Ok. Try again. Adjust (feet/hands/arms) and try it again.

 

Ready? Here we go again:

  • Left hip, roll out to the side (gentle control) - roll back to center.
  • Roll right-hip out-to-the side. And back-to-center (smooth).
  • Roll and (flawless transition) left-hip out. And, back.
  • Roll and Repeat with perfectly-balanced repetitions. Beautiful!

Gentle control? Smooth? Flawless transitions? And a perfectly-balanced what?

Ok. Don't worry about any of that. This ain't a dvd. Or a fitness center.

This is about taking small, very basic steps.

It's good for your core. And it'll be a real hoot to boot. You'll love it!

 

Ok now, focus. Correct form before perfection. Deliberate and gentle control.

Nice & slow & easy. Ready?

  • Basic-stance (jet-pack hands)
  • Head and eyes stay centerline (verticle)
  • Bend out from the waist (not just at the waist).

Focus, Breathe, Aware. And,...

  • Left-hip out ...
  • and back,
  • Right-hip out ...
  • and back,
  • Left-hip out ...
  • and back,

Repeat, and... You hear that? Feel that? That ain't the hokey-pokey.

 

That's Physiology. Biological Mechanics. Center of Gravity. Core muscle groups.

Fascinating stuff. Important stuff.

 

That’s your Core. That's You! Kinda feels good - don't it. That's the main point. You're getting there.

 

Now, bend your knees slightly. And throw in a little more hip-action.

Adjust. Breathe. Focus. Now, do you see? Beautiful!

Keep aware. Adjust. Modify. Variety. Listen! Don't forget to breathe...  (CRH)

 

Basic Core Exercises: Avoid - Adjust  - Variety 

 

Pain, Injury and Funny Crunchy Noises. This is Serious! Three ways to handle it. 

 

Avoid - Injury. Does this ever happen? Yer doin' the basic exercise stuff,... then, left-to-right-to-left-to-right-to-'Ping'-'Pop'-"YOUCH"! Sure. That'll happen. It's almost guaranteed. It's probably nothing. But don't ignore it either.

 

Here's how you avoid the worst of it,

  • Adjust
  • Back-Off
  • Stop

Funny crunchy noises? (Look left, look right) Hear that? Sometimes, if it don't hurt. It's just the weather. If it does hurt, ...

 

Adjust - Small Adjustments - On-going - Immediate

  • Stance (foot position)
  • Arms/Hands (Positions)

Adjust Your Stance: Shift your left  foot (or yer right) forward a couple inches (hip joint, lower-back ping).

Adjust Arm/Hand Position: Lower right arm (or left) from basic stance position (shoulder poppin').

Adjust. Small adjustments. It's real. It's bio-mechanics. Physiology.
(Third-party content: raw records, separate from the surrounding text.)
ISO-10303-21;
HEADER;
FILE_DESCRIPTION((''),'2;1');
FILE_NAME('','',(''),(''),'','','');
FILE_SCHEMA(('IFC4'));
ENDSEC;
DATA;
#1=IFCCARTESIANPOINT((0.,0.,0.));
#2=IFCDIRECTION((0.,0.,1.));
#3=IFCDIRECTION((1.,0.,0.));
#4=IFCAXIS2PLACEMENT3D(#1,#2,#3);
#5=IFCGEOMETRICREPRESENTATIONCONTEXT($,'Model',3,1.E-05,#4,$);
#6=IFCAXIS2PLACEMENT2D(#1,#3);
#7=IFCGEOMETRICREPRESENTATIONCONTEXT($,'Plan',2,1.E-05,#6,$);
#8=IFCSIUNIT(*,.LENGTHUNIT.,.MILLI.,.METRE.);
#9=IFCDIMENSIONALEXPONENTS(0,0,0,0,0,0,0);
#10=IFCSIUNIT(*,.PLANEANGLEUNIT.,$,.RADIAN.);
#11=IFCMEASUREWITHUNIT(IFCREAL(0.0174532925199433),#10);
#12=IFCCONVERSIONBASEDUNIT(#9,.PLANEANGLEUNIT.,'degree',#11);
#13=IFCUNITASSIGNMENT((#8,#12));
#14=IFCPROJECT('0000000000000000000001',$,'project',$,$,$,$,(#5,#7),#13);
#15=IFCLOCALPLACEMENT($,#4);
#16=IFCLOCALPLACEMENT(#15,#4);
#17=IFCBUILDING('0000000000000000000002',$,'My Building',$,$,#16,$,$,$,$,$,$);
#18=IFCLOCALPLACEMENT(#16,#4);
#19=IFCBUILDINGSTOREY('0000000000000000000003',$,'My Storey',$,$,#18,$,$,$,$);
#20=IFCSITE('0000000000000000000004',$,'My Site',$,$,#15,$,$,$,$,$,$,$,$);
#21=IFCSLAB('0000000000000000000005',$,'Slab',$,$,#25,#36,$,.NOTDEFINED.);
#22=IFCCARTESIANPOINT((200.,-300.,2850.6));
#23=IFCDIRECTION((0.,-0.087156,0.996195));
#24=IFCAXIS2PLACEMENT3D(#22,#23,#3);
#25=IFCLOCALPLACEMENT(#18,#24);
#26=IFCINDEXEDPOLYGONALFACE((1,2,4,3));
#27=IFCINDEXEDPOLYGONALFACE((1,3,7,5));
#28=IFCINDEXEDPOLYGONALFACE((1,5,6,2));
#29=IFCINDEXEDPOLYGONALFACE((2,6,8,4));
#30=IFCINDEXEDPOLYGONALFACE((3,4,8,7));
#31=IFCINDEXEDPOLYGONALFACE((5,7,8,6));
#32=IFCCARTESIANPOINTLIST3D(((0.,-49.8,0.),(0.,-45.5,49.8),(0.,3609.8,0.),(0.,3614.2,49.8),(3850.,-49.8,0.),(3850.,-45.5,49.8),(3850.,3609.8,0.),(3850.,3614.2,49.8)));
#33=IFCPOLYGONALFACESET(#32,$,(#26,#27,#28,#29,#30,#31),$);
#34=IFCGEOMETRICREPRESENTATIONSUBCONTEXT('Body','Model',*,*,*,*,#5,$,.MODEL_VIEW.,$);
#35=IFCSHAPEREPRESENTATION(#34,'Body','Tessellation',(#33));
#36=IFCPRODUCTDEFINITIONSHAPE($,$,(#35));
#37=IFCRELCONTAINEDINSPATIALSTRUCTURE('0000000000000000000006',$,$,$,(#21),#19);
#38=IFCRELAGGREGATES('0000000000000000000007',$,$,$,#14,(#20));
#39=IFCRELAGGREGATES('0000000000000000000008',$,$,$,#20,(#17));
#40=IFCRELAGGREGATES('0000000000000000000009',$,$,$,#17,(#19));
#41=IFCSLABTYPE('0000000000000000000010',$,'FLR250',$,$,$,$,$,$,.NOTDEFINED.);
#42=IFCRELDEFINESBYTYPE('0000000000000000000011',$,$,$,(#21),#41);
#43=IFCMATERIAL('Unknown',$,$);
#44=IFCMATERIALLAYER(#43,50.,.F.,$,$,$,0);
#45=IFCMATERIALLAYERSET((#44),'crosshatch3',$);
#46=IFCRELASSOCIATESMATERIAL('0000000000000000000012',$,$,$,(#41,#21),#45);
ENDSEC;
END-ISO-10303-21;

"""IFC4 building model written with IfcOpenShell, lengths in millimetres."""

from ifc_helpers import new_model, entity, si_unit, converted_unit, frame, frame_2d, origin_with_axes, place, context, subcontext, project, spatial, line, indexed_curve, outline, extrude, material, layer, layer_set, layer_usage, type_object, element, save


model = new_model("IFC4")

# Units and contexts
model_context = context("Model", 3, precision=1e-05, world=origin_with_axes())
plan_context = context("Plan", 2, precision=1e-05, world=frame_2d((0.0, 0.0, 0.0), x_axis=(1.0, 0.0, 0.0)))
body_context = subcontext(model_context, "Body", "Model", "MODEL_VIEW")
ifc_project = project(units=[si_unit("LENGTHUNIT", "METRE", prefix="MILLI"), converted_unit("PLANEANGLEUNIT", "degree", entity("IfcReal", 0.0174532925199433), si_unit("PLANEANGLEUNIT", "RADIAN"), dimensions=[0, 0, 0, 0, 0, 0, 0])], contexts=[model_context, plan_context])

# Site, building, storey
site_placement = place(None, origin_with_axes())
site = spatial("IfcSite", under=ifc_project, at=site_placement, Name="My Site")
building_placement = place(site_placement, origin_with_axes())
building = spatial("IfcBuilding", under=site, at=building_placement, Name="My Building")
storey_placement = place(building_placement, origin_with_axes())
storey = spatial("IfcBuildingStorey", under=building, at=storey_placement, Name="My Storey")

# Shared definitions
ifc_material = material(Name="Unknown")

# Slab
ifc_layer_1 = layer(ifc_material, 50.0, ventilated=False, Priority=0)
ifc_layer_set_1 = layer_set([ifc_layer_1], Name="crosshatch3")
ifc_layer_usage_1 = layer_usage(ifc_layer_set_1, "AXIS3", "POSITIVE", 0.0)
slab_type_1 = type_object("IfcSlabType", Name="FLR250", PredefinedType="NOTDEFINED", material=ifc_layer_set_1)
slab_1_placement = place(storey_placement, frame((200.0, -300.0, 2850.6), z_axis=(0.0, -0.087156, 0.996195), x_axis=(1.0, 0.0, 0.0)))
element("IfcSlab", 1, at=slab_1_placement, inside=storey, type_object=slab_type_1, material=ifc_layer_usage_1, Name="Slab", PredefinedType="NOTDEFINED", context=body_context, shape_type="SweptSolid", body=[
    extrude(outline(indexed_curve([(0.0, -49.8), (3850.0, -49.8), (3850.0, 3609.8), (0.0, 3609.8)], segments=[line(4, 1), line(1, 2), line(2, 3), line(3, 4)], self_intersect=False)), None, (0.0, 0.087156, 0.996195), 50.0),
])

save(model, "model.ifc")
Learn. Adjust. Have fun.

 

Back-off (immediate)

  • Slow down/cool down
  • Smaller/shorter motions/steps

Be bold with your natural weight loss program. But, be smart too. Listen to your body. And don't ignore pain. Adjust.

 

Stop (when necessary)

  • Alert/Aware/Listen

Sometimes - Stop! Be aware. Be smart. None of this, no-pain/no-gain, crap. Start with footpain.

 

Pain and injury? Small adjustments. Throttle-back. Or, Stop completely. That's how you avoid the worst of it. No jerking, jarring, bouncing, twisting, pulling, uncontrolled hyper motions.

 

Don't overdo anything! Don't ignore ping-pop and (especially) foot pain. Slow. Deliberate. Controlled movements. Hydrate.